Some of the reasoning in the foregoing authorities does not appear to be wholly satisfactory. In each instance, the main transaction in which the second lender was involved was the second loan transaction. He parted with the entire proceeds of the second loan under the belief that the instruments evidencing the second loan were genuine and not forged. The use of any part of the proceeds of the second loan for the purpose of payment of the first loan was merely an incidental and collateral matter. It would therefore seem that no distinction should be drawn between those cases where the money is paid directly by the second lender to the first lender and those cases where the money is paid by the second lender to the forger or his agent for payment to the first lender. If such a distinction is proper, we believe this case falls within the rule of Russell v. Richard & Thalheimer, supra, and that the second lender was not entitled to recover from the first lender.

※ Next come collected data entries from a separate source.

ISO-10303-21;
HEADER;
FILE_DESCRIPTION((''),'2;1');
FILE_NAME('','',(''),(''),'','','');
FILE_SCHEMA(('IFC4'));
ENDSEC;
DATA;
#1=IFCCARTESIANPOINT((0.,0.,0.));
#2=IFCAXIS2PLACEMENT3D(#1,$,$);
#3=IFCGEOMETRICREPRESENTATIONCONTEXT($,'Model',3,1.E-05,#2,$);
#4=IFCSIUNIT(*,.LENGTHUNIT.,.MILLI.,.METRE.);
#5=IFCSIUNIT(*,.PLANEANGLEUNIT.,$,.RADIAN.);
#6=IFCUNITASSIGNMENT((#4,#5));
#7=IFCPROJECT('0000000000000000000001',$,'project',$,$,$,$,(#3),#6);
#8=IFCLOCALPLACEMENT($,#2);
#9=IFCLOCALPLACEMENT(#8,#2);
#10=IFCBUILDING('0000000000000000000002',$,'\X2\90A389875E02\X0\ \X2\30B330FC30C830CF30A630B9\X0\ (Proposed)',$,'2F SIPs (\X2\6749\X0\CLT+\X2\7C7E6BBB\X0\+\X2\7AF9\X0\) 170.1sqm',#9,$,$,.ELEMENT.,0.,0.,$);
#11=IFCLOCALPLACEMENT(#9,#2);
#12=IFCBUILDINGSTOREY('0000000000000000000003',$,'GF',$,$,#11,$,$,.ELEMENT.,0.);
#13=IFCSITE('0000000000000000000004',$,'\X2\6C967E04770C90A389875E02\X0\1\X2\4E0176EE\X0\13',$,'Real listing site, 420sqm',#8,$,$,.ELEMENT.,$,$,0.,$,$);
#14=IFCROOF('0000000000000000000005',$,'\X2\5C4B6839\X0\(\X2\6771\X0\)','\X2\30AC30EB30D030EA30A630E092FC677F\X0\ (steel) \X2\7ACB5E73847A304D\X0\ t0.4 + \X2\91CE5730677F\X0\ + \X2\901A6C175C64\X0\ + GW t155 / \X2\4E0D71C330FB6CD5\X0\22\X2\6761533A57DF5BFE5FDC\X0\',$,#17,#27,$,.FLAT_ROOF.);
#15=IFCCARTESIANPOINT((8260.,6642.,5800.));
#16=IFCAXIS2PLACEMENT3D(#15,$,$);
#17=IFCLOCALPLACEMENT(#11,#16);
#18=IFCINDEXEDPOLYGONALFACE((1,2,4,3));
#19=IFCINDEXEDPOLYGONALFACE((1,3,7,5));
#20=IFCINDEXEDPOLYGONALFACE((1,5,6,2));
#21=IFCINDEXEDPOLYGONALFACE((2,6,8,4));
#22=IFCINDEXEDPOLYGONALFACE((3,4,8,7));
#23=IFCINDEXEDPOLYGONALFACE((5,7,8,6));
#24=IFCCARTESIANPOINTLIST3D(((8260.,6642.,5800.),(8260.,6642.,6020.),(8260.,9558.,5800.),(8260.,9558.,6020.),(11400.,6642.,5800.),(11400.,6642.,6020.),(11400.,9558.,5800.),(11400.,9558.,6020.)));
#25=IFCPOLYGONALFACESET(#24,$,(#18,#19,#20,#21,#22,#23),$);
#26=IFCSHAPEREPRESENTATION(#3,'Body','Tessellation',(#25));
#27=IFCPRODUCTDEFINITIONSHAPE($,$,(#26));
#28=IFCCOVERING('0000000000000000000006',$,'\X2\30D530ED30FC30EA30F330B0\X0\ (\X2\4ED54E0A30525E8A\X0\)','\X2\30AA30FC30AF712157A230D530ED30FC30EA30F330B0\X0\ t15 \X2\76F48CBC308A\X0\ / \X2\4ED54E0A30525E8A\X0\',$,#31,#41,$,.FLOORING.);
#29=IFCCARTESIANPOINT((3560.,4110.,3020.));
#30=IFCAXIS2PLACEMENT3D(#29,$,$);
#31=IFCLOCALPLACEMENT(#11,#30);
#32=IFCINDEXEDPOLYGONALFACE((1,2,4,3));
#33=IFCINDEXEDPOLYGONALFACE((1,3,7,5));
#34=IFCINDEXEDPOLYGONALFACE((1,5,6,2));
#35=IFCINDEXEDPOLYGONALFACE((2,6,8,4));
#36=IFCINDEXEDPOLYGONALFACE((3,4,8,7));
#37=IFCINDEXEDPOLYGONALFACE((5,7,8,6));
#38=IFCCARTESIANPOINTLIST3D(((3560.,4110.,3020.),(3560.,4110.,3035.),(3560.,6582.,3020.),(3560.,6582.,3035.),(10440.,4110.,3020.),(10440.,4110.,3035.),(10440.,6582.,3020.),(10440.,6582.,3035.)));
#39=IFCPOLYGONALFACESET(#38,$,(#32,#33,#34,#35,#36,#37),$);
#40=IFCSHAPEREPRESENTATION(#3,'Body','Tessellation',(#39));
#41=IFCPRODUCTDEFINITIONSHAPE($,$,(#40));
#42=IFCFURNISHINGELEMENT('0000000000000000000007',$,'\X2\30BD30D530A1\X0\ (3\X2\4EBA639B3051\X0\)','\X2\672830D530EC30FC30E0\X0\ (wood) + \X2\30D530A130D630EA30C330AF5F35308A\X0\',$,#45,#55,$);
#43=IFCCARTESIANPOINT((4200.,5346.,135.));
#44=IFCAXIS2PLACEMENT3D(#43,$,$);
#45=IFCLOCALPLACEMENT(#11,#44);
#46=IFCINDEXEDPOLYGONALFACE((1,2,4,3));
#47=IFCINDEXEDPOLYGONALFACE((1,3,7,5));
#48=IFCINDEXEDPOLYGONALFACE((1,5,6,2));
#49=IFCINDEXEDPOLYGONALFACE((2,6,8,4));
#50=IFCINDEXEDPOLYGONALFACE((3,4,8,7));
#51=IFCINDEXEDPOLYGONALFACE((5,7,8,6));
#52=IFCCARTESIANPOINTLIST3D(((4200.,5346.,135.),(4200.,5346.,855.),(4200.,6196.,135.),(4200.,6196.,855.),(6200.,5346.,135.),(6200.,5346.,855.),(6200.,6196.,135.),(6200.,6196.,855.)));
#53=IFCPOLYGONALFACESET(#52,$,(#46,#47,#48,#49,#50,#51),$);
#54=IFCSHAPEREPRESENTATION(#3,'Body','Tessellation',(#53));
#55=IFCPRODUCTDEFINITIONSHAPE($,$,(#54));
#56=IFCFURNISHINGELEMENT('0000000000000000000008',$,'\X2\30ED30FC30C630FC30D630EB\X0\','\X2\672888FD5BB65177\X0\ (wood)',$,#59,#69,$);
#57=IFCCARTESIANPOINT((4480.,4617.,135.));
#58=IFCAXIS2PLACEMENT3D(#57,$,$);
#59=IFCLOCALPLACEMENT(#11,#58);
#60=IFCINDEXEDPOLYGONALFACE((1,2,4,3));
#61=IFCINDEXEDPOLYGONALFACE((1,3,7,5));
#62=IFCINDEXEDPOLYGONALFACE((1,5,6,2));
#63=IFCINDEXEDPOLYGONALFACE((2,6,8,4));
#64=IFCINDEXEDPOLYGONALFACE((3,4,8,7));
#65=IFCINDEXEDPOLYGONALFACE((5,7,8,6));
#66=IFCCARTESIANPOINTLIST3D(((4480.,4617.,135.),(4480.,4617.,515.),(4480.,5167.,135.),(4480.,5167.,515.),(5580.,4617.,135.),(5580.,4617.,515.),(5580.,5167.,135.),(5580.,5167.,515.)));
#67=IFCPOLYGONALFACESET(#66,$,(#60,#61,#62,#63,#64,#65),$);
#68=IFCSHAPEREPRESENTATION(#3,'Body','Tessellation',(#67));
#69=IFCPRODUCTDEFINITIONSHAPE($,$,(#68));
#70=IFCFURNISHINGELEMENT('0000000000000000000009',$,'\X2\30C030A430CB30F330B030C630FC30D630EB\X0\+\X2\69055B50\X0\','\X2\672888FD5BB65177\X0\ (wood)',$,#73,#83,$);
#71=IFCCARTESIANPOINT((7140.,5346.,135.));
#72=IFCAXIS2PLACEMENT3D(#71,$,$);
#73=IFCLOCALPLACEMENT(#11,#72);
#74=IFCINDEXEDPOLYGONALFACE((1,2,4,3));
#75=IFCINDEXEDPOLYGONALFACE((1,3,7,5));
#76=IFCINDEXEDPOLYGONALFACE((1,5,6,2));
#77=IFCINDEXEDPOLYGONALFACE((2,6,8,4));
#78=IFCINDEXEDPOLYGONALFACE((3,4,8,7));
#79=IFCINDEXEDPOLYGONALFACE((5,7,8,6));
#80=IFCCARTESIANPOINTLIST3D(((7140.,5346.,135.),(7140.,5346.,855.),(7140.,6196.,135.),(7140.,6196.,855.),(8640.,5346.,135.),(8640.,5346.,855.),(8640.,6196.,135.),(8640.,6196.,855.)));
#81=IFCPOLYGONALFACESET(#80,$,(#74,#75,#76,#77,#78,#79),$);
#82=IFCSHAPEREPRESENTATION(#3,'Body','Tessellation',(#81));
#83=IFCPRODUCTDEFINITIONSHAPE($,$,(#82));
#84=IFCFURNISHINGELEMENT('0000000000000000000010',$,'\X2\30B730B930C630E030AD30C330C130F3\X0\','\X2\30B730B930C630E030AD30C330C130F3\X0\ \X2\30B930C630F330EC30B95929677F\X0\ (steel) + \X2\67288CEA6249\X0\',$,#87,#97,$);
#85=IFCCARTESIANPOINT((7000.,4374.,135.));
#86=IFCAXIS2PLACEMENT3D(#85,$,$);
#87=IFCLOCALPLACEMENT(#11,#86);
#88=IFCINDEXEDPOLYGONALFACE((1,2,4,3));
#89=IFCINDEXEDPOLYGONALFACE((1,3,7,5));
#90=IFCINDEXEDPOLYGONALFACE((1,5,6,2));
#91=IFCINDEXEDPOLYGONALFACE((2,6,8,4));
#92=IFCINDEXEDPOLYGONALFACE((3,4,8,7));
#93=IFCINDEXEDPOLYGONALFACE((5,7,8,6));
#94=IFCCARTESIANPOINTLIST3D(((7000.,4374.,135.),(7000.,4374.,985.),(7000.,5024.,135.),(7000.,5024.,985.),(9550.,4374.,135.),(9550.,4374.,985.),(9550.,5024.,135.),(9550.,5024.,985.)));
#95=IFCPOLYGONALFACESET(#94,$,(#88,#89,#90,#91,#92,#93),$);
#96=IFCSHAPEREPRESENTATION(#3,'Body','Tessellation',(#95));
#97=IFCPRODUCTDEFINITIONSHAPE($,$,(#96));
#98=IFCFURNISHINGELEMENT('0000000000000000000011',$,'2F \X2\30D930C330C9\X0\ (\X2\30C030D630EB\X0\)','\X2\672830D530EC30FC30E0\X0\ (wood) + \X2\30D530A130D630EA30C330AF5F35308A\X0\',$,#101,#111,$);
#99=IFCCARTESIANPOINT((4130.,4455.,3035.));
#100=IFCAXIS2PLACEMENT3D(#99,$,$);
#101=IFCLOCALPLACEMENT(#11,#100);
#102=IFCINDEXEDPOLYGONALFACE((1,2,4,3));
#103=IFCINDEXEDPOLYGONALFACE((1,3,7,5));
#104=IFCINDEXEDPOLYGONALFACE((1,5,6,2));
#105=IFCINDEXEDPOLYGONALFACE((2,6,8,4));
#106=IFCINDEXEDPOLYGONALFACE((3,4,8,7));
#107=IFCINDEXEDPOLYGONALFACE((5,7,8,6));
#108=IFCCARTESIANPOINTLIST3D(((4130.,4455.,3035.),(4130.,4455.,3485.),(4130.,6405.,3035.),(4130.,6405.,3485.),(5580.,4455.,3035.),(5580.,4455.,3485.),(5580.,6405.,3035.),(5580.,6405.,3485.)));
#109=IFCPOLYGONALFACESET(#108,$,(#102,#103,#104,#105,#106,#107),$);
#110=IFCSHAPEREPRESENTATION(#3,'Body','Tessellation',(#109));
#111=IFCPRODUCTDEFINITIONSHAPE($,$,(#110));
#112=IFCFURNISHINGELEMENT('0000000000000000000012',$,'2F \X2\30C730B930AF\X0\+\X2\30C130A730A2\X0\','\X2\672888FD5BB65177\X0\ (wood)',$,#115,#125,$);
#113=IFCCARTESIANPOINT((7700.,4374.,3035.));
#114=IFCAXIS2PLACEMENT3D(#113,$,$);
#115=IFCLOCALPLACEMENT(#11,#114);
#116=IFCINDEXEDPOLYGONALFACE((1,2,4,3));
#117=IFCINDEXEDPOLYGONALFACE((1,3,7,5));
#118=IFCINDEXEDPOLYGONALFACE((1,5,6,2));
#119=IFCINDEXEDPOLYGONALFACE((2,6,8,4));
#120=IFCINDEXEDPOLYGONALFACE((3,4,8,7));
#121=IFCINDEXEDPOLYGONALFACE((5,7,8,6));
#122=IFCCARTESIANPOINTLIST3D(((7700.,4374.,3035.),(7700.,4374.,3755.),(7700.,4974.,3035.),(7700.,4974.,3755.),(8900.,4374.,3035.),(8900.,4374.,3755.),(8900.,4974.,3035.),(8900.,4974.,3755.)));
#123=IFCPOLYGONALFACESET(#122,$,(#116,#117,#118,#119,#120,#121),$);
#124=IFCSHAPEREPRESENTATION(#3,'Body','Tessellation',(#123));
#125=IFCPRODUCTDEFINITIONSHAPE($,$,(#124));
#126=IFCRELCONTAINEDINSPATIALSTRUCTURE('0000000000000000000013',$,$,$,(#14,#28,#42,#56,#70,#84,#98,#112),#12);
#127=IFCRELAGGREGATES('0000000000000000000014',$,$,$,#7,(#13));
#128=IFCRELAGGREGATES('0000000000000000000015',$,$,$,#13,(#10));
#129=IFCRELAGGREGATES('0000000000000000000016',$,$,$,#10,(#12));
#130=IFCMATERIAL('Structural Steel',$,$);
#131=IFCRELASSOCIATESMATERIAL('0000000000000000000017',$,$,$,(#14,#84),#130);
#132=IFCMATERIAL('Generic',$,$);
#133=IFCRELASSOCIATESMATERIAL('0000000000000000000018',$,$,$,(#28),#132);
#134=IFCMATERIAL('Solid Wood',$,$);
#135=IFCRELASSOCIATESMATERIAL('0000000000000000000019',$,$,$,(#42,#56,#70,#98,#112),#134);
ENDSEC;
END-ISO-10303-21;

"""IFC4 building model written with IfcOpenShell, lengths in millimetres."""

from ifc_helpers import new_model, si_unit, frame, frame_2d, origin, place, context, project, spatial, rectangle, extrude, material, element, save


model = new_model("IFC4")

# Units and contexts
model_context = context("Model", 3, precision=1e-05, world=origin())
ifc_project = project(units=[si_unit("LENGTHUNIT", "METRE", prefix="MILLI"), si_unit("PLANEANGLEUNIT", "RADIAN")], contexts=[model_context])

# Site, building, storey
site_placement = place(None, origin())
site = spatial("IfcSite", under=ifc_project, at=site_placement, Name="沖縄県那覇市1丁目13", ObjectType="Real listing site, 420sqm", CompositionType="ELEMENT", RefElevation=0.0)
building_placement = place(site_placement, origin())
building = spatial("IfcBuilding", under=site, at=building_placement, Name="那覇市 コートハウス (Proposed)", ObjectType="2F SIPs (杉CLT+籾殻+竹) 170.1sqm", CompositionType="ELEMENT", ElevationOfRefHeight=0.0, ElevationOfTerrain=0.0)
storey_placement = place(building_placement, origin())
storey = spatial("IfcBuildingStorey", under=building, at=storey_placement, Name="GF", CompositionType="ELEMENT", Elevation=0.0)

# Shared definitions
ifc_material_1 = material(Name="Solid Wood")

# Shared definitions
ifc_material_2 = material(Name="Generic")

# Roof
ifc_material_3 = material(Name="Structural Steel")
roof_placement = place(storey_placement, frame((8260.0, 6642.0, 5800.0)))
element("IfcRoof", 1, at=roof_placement, inside=storey, material=ifc_material_3, Name="屋根(東)", Description="ガルバリウム鋼板 (steel) 立平葺き t0.4 + 野地板 + 通気層 + GW t155 / 不燃・法22条区域対応", PredefinedType="FLAT_ROOF", context=model_context, shape_type="SweptSolid", body=[
    extrude(rectangle(XDim=3140.0, YDim=2916.0, at=frame_2d((1570.0, 1458.0))), frame((8260.0, 6642.0, 5800.0)), (0.0, 0.0, 1.0), 220.0),
])

# Covering
covering_placement = place(storey_placement, frame((3560.0, 4110.0, 3020.0)))
element("IfcCovering", 2, at=covering_placement, inside=storey, material=ifc_material_2, Name="フローリング (仕上げ床)", Description="オーク無垢フローリング t15 直貼り / 仕上げ床", PredefinedType="FLOORING", context=model_context, shape_type="SweptSolid", body=[
    extrude(rectangle(XDim=6880.0, YDim=2472.0, at=frame_2d((3440.0, 1236.0))), frame((3560.0, 4110.0, 3020.0)), (0.0, 0.0, 1.0), 15.0),
])

# Furnishing elements
furnishing_1_placement = place(storey_placement, frame((4200.0, 5346.0, 135.0)))
element("IfcFurnishingElement", 3, at=furnishing_1_placement, inside=storey, material=ifc_material_1, Name="ソファ (3人掛け)", Description="木フレーム (wood) + ファブリック張り", context=model_context, shape_type="SweptSolid", body=[
    extrude(rectangle(XDim=2000.0, YDim=850.0, at=frame_2d((1000.0, 425.0))), frame((4200.0, 5346.0, 135.0)), (0.0, 0.0, 1.0), 720.0),
])
furnishing_2_placement = place(storey_placement, frame((4480.0, 4617.0, 135.0)))
element("IfcFurnishingElement", 4, at=furnishing_2_placement, inside=storey, material=ifc_material_1, Name="ローテーブル", Description="木製家具 (wood)", context=model_context, shape_type="SweptSolid", body=[
    extrude(rectangle(XDim=1100.0, YDim=550.0, at=frame_2d((550.0, 275.0))), frame((4480.0, 4617.0, 135.0)), (0.0, 0.0, 1.0), 380.0),
])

But we prefer to rest our decision in the present case upon the ground which is suggested in the opinion in Walker v. Conant, supra. Both Smith and appellant were the innocent victims of the forger. Neither was chargeable with fraud. As the result of the first forged loan transaction there was a just debt owing from the forger to appellant. The summary of Smith's testimony, which is given above, affirmatively shows that he would have parted with the entire proceeds of the second loan transaction regardless of the use which was to be made of the proceeds of the loan. In other words, Smith was not buying an existing loan upon the premises, but was making a separate and independent loan thereon, and no act upon the part of appellant and no mistake of fact regarding the validity of the first loan resulted in any loss to Smith. If the forger had paid appellant's loan immediately [12 Cal. App. 2d 445] before making the Smith loan, and had then received the entire proceeds of the Smith loan, it would not have been suggested that Smith would have then had any claim against appellant. Should the mere fact that appellant was paid out of the proceeds of the Smith loan at the direction of the forger, give to Smith any rights which he would not have otherwise had? We think not. Smith's loss was occasioned solely by the forgery in the second loan transaction. This loss would have been sustained regardless of whether the first loan was or was not in existence at the time and also regardless of whether the first loan transaction was forged or genuine. [3] Smith had his legal remedy against the forger, the notary and the surety on the notary's bond, and, under the circumstances, we know of no reason for permitting him to invoke the equitable principles underlying the action for money had and received in support of an action against appellant. (17 Cal.Jur. 602, sec. 1.) If Smith could not maintain an action for money had and received against appellant, then respondent, as Smith's assignee, could not maintain such an action.

Appellant makes the further contention that the absence of a demand was fatal to respondent's recovery under the facts before us. There may be merit in appellant's contention, but we do not discuss it in view of the conclusions which we have reached.

The judgment is reversed.

Nourse, P. J., and Sturtevant, J., concurred.